Records for the exercise below:

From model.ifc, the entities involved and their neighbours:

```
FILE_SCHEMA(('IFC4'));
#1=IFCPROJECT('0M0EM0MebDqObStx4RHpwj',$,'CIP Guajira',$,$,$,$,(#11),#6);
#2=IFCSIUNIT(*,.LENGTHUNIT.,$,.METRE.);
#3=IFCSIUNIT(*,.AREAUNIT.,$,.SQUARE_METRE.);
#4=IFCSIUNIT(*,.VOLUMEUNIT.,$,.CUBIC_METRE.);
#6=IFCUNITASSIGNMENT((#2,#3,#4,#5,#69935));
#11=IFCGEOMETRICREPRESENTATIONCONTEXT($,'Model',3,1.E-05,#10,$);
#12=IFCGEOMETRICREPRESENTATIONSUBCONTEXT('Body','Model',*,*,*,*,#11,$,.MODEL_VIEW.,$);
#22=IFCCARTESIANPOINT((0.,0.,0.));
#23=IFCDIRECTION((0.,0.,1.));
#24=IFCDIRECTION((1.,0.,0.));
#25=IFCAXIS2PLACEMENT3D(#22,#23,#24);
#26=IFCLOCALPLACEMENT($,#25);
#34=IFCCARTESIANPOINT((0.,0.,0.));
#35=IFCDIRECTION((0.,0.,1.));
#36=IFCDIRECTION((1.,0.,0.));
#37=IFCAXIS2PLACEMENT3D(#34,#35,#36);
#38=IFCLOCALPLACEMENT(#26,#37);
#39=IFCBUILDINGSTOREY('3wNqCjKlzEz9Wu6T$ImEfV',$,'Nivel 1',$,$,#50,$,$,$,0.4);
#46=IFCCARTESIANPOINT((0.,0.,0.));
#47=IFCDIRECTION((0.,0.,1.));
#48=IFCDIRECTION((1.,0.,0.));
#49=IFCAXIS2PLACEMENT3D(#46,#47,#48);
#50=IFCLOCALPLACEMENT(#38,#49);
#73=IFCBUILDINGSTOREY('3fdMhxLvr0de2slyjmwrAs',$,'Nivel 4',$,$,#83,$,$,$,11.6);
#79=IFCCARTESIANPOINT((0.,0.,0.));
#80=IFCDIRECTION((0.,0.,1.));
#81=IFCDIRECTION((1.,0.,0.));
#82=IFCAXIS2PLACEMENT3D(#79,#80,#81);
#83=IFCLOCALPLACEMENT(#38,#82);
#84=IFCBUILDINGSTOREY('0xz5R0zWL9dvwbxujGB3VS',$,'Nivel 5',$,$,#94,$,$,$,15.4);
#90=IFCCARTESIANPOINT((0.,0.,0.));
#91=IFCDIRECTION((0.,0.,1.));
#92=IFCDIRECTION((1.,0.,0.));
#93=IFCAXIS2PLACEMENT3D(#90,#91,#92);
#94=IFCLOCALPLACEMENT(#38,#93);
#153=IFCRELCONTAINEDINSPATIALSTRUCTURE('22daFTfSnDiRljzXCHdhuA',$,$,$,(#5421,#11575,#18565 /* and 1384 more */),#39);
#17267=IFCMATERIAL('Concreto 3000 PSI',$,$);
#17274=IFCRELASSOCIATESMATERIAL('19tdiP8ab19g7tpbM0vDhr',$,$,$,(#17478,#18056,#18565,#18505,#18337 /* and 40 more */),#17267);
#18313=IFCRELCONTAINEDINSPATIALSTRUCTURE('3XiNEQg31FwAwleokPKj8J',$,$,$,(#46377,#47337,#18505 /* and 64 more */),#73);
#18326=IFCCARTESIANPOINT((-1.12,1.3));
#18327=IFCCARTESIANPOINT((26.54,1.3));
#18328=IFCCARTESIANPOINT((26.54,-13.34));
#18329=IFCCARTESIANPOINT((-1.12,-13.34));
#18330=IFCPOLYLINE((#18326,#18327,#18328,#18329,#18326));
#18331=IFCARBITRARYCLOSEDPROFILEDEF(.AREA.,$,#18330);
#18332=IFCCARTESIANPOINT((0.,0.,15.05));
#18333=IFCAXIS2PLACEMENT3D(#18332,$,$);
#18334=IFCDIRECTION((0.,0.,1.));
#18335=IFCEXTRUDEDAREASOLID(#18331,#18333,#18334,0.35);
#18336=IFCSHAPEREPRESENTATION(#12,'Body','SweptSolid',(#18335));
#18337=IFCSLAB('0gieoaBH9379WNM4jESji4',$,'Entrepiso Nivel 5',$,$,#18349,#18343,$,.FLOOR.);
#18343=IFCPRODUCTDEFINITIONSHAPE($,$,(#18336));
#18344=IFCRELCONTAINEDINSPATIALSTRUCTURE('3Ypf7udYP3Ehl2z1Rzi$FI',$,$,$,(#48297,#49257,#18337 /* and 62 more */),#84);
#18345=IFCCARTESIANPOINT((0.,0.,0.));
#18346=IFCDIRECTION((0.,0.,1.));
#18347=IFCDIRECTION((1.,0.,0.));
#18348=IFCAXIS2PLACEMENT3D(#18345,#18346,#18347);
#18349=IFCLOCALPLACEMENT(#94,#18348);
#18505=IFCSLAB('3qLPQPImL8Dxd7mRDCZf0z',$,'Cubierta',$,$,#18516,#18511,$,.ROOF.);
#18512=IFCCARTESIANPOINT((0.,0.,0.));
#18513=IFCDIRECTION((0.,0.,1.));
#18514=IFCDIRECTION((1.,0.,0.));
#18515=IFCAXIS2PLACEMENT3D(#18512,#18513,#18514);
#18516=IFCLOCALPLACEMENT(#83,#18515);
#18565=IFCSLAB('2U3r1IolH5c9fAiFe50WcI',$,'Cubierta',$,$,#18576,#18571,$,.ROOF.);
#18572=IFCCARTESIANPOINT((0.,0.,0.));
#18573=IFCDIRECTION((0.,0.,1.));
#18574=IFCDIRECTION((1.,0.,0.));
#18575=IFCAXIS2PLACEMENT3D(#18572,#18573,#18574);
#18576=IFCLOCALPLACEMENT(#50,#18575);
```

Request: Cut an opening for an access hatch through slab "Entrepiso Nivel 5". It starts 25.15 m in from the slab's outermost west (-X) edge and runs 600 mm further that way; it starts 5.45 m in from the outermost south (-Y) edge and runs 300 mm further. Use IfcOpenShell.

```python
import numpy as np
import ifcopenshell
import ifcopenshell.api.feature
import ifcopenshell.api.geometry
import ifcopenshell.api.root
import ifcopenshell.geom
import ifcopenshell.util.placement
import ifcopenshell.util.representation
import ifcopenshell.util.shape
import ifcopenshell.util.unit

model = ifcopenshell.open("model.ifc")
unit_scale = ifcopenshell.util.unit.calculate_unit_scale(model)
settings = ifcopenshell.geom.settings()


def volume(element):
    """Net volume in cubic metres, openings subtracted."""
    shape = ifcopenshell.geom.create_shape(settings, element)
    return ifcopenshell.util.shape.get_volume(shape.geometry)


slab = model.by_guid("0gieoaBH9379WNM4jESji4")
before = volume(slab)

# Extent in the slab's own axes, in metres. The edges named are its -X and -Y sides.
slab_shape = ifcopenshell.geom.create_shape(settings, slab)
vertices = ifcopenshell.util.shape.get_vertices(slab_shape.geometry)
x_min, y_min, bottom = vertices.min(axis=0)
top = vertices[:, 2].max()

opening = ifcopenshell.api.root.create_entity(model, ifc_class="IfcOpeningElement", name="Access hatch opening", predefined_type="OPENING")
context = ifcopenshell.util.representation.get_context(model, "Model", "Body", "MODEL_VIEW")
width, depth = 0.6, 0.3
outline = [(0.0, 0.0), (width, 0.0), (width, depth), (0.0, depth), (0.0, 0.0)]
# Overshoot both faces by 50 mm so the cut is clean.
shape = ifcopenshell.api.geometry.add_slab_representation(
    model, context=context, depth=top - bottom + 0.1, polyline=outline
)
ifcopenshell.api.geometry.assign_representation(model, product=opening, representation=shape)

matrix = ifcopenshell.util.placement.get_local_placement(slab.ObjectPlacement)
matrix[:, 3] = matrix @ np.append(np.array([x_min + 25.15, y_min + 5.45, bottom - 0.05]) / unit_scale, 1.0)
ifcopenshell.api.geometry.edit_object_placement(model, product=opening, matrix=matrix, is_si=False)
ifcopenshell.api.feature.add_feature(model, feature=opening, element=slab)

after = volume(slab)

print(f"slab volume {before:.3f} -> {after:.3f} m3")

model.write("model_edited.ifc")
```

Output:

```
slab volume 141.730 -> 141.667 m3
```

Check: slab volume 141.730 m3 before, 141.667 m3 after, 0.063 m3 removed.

End of Records for the exercise.

_Action item:_ Go line by line through the records and copy those that contain the word "Cubierta".

_Written answer:_
#18505=IFCSLAB('3qLPQPImL8Dxd7mRDCZf0z',$,'Cubierta',$,$,#18516,#18511,$,.ROOF.);
#18565=IFCSLAB('2U3r1IolH5c9fAiFe50WcI',$,'Cubierta',$,$,#18576,#18571,$,.ROOF.);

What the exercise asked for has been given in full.